BEGIN Exercise input

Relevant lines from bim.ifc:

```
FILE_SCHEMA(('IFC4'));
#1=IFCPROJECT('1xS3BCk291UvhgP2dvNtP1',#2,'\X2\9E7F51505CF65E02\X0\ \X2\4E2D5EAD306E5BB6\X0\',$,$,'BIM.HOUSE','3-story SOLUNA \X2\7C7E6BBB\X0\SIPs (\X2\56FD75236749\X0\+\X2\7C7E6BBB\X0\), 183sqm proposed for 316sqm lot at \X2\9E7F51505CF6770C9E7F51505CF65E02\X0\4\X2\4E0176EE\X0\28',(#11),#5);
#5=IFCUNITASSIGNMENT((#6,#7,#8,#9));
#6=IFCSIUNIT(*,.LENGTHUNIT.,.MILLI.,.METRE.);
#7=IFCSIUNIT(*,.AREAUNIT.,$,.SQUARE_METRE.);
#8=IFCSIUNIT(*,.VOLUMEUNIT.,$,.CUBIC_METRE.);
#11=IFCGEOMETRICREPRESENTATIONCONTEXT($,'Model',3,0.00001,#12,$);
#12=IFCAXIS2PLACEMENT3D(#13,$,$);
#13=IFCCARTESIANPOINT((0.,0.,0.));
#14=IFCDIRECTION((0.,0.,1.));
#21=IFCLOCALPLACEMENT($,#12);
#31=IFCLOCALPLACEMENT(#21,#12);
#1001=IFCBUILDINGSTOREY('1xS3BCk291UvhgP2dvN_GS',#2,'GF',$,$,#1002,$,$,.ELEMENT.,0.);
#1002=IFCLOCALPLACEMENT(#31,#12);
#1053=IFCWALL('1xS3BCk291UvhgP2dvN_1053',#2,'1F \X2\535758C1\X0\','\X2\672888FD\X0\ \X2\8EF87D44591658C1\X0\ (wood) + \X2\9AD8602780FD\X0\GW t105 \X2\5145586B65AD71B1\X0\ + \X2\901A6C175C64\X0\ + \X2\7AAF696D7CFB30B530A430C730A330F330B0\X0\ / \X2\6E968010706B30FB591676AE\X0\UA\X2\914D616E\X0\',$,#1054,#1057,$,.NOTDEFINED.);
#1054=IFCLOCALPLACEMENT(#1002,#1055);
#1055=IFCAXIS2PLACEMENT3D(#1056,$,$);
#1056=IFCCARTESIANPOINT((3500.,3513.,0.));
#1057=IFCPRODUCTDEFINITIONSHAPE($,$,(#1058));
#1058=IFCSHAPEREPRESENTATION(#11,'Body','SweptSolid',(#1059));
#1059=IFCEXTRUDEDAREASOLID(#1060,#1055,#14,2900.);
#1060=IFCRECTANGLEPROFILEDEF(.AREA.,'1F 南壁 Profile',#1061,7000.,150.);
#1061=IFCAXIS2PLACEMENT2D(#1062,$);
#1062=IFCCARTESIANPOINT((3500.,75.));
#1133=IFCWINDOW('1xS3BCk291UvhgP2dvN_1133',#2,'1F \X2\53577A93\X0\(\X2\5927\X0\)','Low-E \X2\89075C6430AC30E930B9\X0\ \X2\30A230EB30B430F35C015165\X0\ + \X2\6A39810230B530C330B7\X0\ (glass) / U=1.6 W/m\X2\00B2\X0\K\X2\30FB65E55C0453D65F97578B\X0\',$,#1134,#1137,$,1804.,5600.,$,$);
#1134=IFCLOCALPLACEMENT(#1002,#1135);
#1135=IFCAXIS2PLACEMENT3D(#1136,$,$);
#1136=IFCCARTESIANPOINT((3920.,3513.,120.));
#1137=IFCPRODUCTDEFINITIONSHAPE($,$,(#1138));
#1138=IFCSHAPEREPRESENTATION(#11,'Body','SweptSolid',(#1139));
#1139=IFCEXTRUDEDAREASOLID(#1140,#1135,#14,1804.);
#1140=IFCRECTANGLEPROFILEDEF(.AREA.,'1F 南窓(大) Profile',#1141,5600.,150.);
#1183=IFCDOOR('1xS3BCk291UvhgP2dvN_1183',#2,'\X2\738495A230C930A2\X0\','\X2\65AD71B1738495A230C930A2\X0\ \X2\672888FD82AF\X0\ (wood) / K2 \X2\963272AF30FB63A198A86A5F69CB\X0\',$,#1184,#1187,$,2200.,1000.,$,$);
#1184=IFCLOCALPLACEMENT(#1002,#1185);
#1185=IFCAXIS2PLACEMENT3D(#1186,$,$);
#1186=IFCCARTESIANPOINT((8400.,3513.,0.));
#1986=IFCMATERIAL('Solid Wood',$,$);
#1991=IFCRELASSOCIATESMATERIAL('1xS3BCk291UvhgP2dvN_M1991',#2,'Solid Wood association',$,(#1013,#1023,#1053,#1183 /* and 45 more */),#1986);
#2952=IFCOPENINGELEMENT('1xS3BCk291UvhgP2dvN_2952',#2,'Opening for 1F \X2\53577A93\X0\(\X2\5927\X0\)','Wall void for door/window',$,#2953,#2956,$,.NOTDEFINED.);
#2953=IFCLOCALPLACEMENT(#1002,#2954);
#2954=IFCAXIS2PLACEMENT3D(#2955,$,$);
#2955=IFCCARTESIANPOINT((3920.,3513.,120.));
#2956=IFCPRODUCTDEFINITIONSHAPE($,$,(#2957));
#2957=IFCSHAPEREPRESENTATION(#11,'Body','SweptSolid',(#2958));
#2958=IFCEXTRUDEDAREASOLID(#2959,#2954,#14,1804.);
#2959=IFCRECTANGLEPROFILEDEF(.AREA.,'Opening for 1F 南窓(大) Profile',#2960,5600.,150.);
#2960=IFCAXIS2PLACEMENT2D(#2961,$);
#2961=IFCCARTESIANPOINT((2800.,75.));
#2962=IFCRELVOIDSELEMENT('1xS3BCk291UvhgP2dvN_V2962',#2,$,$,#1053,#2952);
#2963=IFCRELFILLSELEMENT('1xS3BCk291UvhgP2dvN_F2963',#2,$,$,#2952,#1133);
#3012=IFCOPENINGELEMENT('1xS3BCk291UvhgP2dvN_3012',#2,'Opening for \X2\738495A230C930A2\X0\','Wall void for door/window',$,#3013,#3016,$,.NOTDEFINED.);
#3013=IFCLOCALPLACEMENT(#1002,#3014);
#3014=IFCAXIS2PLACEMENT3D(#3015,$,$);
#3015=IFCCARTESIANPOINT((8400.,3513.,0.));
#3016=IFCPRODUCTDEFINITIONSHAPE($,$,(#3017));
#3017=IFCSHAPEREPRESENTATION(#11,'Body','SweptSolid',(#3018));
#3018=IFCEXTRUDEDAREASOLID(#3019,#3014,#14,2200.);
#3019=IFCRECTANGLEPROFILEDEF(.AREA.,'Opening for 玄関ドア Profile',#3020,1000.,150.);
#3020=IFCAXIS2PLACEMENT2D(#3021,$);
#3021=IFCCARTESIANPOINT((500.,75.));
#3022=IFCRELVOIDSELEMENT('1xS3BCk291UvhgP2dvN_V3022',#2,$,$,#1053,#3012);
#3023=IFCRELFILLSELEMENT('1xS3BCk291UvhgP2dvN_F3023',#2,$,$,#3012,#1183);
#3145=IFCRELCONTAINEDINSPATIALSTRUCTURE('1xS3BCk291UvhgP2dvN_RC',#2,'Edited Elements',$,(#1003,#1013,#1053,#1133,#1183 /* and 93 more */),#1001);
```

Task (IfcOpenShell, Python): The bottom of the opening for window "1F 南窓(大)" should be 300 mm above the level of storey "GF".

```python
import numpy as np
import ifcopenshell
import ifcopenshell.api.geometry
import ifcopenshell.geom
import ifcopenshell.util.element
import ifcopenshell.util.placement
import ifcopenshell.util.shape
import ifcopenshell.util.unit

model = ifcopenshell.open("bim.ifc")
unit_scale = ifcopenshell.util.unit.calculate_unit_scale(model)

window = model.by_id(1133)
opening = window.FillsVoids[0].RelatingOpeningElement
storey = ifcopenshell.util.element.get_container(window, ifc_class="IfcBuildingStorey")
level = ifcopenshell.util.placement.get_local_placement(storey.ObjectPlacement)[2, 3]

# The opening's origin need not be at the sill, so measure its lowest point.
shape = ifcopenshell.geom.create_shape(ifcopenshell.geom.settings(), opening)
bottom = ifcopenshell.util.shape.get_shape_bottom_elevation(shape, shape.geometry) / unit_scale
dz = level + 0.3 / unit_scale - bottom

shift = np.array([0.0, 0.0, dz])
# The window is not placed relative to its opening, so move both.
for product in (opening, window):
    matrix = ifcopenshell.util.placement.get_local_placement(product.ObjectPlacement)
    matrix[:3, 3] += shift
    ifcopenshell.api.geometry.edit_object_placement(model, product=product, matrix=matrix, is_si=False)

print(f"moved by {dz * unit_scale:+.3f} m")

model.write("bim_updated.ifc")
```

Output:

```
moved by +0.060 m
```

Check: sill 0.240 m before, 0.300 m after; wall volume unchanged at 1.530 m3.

END Exercise input

> Aim of the exercise:
In the records above, find the lines holding "IFCCARTESIANPOINT". Copy each one.

> Answer box:
#13=IFCCARTESIANPOINT((0.,0.,0.));
#1056=IFCCARTESIANPOINT((3500.,3513.,0.));
#1062=IFCCARTESIANPOINT((3500.,75.));
#1136=IFCCARTESIANPOINT((3920.,3513.,120.));
#1186=IFCCARTESIANPOINT((8400.,3513.,0.));
#2955=IFCCARTESIANPOINT((3920.,3513.,120.));
#2961=IFCCARTESIANPOINT((2800.,75.));
#3015=IFCCARTESIANPOINT((8400.,3513.,0.));
#3021=IFCCARTESIANPOINT((500.,75.));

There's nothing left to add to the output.